▸ Data records
◇ ◇ ◇ ◇ ◇ ◇ ◇

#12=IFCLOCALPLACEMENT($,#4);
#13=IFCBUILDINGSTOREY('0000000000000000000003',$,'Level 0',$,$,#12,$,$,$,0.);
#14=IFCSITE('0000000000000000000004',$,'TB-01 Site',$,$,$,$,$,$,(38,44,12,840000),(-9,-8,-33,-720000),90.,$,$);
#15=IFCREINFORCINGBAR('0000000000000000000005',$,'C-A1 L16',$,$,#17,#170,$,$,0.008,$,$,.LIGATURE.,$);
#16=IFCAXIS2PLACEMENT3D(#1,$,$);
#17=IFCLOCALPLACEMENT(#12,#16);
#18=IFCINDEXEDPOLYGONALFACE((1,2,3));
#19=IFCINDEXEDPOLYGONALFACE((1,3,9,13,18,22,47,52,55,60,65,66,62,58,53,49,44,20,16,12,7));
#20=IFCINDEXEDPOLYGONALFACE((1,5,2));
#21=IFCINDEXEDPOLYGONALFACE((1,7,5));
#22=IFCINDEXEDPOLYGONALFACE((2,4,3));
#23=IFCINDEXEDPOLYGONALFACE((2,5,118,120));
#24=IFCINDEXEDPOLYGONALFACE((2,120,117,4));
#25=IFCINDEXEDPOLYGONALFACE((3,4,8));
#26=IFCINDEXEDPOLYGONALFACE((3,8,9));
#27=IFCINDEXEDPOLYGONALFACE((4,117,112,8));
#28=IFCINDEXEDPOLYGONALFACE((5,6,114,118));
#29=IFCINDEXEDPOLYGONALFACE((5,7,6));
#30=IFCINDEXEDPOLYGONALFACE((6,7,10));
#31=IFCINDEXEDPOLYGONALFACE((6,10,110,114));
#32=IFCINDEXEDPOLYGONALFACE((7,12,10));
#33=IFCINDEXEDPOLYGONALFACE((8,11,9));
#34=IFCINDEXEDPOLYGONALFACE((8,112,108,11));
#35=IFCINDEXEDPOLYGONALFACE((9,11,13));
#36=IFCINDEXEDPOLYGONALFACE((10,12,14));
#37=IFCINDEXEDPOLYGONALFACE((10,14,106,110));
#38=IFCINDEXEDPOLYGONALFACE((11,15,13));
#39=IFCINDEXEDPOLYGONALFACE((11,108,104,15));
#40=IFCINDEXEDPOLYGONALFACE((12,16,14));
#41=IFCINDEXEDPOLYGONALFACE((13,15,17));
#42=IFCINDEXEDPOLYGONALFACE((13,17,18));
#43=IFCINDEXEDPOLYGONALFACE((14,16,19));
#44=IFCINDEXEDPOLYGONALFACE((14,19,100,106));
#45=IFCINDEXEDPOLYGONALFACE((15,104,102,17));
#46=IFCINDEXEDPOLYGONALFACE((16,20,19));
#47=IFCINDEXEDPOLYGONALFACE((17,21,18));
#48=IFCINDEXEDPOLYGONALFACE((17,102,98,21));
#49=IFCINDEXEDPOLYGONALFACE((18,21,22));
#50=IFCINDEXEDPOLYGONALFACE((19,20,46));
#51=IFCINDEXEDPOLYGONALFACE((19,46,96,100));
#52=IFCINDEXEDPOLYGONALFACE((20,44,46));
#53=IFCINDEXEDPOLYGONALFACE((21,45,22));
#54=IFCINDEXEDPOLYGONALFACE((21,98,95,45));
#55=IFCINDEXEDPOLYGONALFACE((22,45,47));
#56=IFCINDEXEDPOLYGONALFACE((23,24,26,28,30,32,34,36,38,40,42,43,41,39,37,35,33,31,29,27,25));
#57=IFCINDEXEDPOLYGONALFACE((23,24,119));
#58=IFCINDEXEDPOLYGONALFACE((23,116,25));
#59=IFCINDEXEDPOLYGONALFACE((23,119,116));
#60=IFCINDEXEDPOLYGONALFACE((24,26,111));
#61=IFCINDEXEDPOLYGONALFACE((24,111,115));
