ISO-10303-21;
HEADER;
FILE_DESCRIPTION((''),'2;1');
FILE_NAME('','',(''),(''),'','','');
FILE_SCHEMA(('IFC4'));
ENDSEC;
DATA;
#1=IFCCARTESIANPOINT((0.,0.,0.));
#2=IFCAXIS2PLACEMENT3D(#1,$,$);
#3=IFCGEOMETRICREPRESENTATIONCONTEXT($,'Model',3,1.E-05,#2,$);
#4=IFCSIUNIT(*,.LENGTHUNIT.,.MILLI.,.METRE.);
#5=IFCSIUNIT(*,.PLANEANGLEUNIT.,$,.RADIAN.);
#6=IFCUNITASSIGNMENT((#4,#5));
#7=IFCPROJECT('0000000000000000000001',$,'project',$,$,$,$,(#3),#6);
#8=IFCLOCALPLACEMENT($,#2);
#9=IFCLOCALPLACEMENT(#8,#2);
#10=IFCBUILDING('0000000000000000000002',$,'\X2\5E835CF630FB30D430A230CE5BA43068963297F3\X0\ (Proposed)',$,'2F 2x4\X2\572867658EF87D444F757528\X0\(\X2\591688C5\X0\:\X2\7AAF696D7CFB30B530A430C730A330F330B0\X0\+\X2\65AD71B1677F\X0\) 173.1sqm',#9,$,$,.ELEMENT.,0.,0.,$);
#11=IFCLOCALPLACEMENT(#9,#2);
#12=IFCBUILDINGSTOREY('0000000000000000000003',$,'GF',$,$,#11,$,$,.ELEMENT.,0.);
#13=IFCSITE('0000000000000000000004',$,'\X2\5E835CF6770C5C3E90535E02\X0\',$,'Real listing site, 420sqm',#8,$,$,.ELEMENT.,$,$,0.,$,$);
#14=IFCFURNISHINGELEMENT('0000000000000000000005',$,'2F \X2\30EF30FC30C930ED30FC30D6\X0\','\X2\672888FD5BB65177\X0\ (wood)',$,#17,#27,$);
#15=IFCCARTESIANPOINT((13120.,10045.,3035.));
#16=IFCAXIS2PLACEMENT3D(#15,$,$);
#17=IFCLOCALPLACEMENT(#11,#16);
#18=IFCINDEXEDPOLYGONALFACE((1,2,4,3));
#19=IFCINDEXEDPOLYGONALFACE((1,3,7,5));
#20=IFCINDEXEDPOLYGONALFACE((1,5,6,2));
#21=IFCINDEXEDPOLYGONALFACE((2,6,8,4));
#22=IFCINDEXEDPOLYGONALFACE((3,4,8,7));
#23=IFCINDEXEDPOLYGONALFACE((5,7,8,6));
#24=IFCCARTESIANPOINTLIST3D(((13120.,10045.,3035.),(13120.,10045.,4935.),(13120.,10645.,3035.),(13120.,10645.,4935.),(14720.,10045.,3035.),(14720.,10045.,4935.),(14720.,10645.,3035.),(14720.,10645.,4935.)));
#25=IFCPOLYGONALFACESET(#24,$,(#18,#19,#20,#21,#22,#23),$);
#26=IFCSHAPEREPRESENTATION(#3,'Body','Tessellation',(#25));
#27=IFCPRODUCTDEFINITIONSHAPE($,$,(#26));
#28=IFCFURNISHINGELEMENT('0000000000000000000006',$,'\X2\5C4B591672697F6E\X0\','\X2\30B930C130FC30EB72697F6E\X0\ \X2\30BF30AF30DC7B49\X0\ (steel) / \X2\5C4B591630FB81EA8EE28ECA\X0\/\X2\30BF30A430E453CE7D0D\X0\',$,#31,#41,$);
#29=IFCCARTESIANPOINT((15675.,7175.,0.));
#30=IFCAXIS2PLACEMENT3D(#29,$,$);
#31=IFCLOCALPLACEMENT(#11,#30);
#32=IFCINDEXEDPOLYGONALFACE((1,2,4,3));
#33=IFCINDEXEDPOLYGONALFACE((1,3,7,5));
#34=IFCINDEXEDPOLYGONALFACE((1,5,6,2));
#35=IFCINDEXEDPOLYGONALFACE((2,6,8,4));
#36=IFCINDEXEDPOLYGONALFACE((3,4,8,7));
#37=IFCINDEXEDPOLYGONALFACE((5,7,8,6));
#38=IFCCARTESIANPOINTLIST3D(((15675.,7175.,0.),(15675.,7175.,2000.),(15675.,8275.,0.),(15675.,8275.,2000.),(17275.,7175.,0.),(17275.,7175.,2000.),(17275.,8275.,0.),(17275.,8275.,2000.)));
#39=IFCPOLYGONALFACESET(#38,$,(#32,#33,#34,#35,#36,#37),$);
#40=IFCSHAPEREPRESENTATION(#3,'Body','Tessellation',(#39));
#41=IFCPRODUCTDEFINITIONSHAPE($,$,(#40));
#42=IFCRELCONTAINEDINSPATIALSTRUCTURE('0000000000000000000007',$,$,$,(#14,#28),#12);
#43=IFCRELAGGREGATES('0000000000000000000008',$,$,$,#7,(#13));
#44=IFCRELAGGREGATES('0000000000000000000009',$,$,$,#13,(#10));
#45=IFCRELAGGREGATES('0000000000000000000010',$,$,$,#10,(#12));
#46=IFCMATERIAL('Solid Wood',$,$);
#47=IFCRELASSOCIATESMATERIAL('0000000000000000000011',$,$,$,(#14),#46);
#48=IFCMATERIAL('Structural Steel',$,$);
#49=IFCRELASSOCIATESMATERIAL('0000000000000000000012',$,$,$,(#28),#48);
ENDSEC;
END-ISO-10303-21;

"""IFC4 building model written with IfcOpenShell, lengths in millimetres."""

from ifc_helpers import new_model, si_unit, frame, frame_2d, origin, place, context, project, spatial, rectangle, extrude, material, element, save


model = new_model("IFC4")

# Units and contexts
model_context = context("Model", 3, precision=1e-05, world=origin())
ifc_project = project(units=[si_unit("LENGTHUNIT", "METRE", prefix="MILLI"), si_unit("PLANEANGLEUNIT", "RADIAN")], contexts=[model_context])

# Site, building, storey
site_placement = place(None, origin())
site = spatial("IfcSite", under=ifc_project, at=site_placement, Name="広島県尾道市", ObjectType="Real listing site, 420sqm", CompositionType="ELEMENT", RefElevation=0.0)
building_placement = place(site_placement, origin())
building = spatial("IfcBuilding", under=site, at=building_placement, Name="広島・ピアノ室と防音 (Proposed)", ObjectType="2F 2x4在来軸組併用(外装:窯業系サイディング+断熱板) 173.1sqm", CompositionType="ELEMENT", ElevationOfRefHeight=0.0, ElevationOfTerrain=0.0)
storey_placement = place(building_placement, origin())
storey = spatial("IfcBuildingStorey", under=building, at=storey_placement, Name="GF", CompositionType="ELEMENT", Elevation=0.0)

# Shared definitions
ifc_material_1 = material(Name="Solid Wood")

# Shared definitions
ifc_material_2 = material(Name="Structural Steel")

# Furnishing elements
furnishing_1_placement = place(storey_placement, frame((13120.0, 10045.0, 3035.0)))
element("IfcFurnishingElement", 1, at=furnishing_1_placement, inside=storey, material=ifc_material_1, Name="2F ワードローブ", Description="木製家具 (wood)", context=model_context, shape_type="SweptSolid", body=[
    extrude(rectangle(XDim=1600.0, YDim=600.0, at=frame_2d((800.0, 300.0))), frame((13120.0, 10045.0, 3035.0)), (0.0, 0.0, 1.0), 1900.0),
])
furnishing_2_placement = place(storey_placement, frame((15675.0, 7175.0, 0.0)))
element("IfcFurnishingElement", 2, at=furnishing_2_placement, inside=storey, material=ifc_material_2, Name="屋外物置", Description="スチール物置 タクボ等 (steel) / 屋外・自転車/タイヤ収納", context=model_context, shape_type="SweptSolid", body=[
    extrude(rectangle(XDim=1600.0, YDim=1100.0, at=frame_2d((800.0, 550.0))), frame((15675.0, 7175.0, 0.0)), (0.0, 0.0, 1.0), 2000.0),
])

save(model, "model.ifc")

◇ ◇ ◇ ◇ ◇ ◇ ◇

▸ Assignment
There is a line with "#16=IFCAXIS2PLACEMENT3D(#1,$,$);" and a line with "#21=IFCINDEXEDPOLYGONALFACE((1,7,5));" above. Copy exactly those two lines and all lines between them, with nothing else.

▸ Exercise answer
#16=IFCAXIS2PLACEMENT3D(#1,$,$);
#17=IFCLOCALPLACEMENT(#12,#16);
#18=IFCINDEXEDPOLYGONALFACE((1,2,3));
#19=IFCINDEXEDPOLYGONALFACE((1,3,9,13,18,22,47,52,55,60,65,66,62,58,53,49,44,20,16,12,7));
#20=IFCINDEXEDPOLYGONALFACE((1,5,2));
#21=IFCINDEXEDPOLYGONALFACE((1,7,5));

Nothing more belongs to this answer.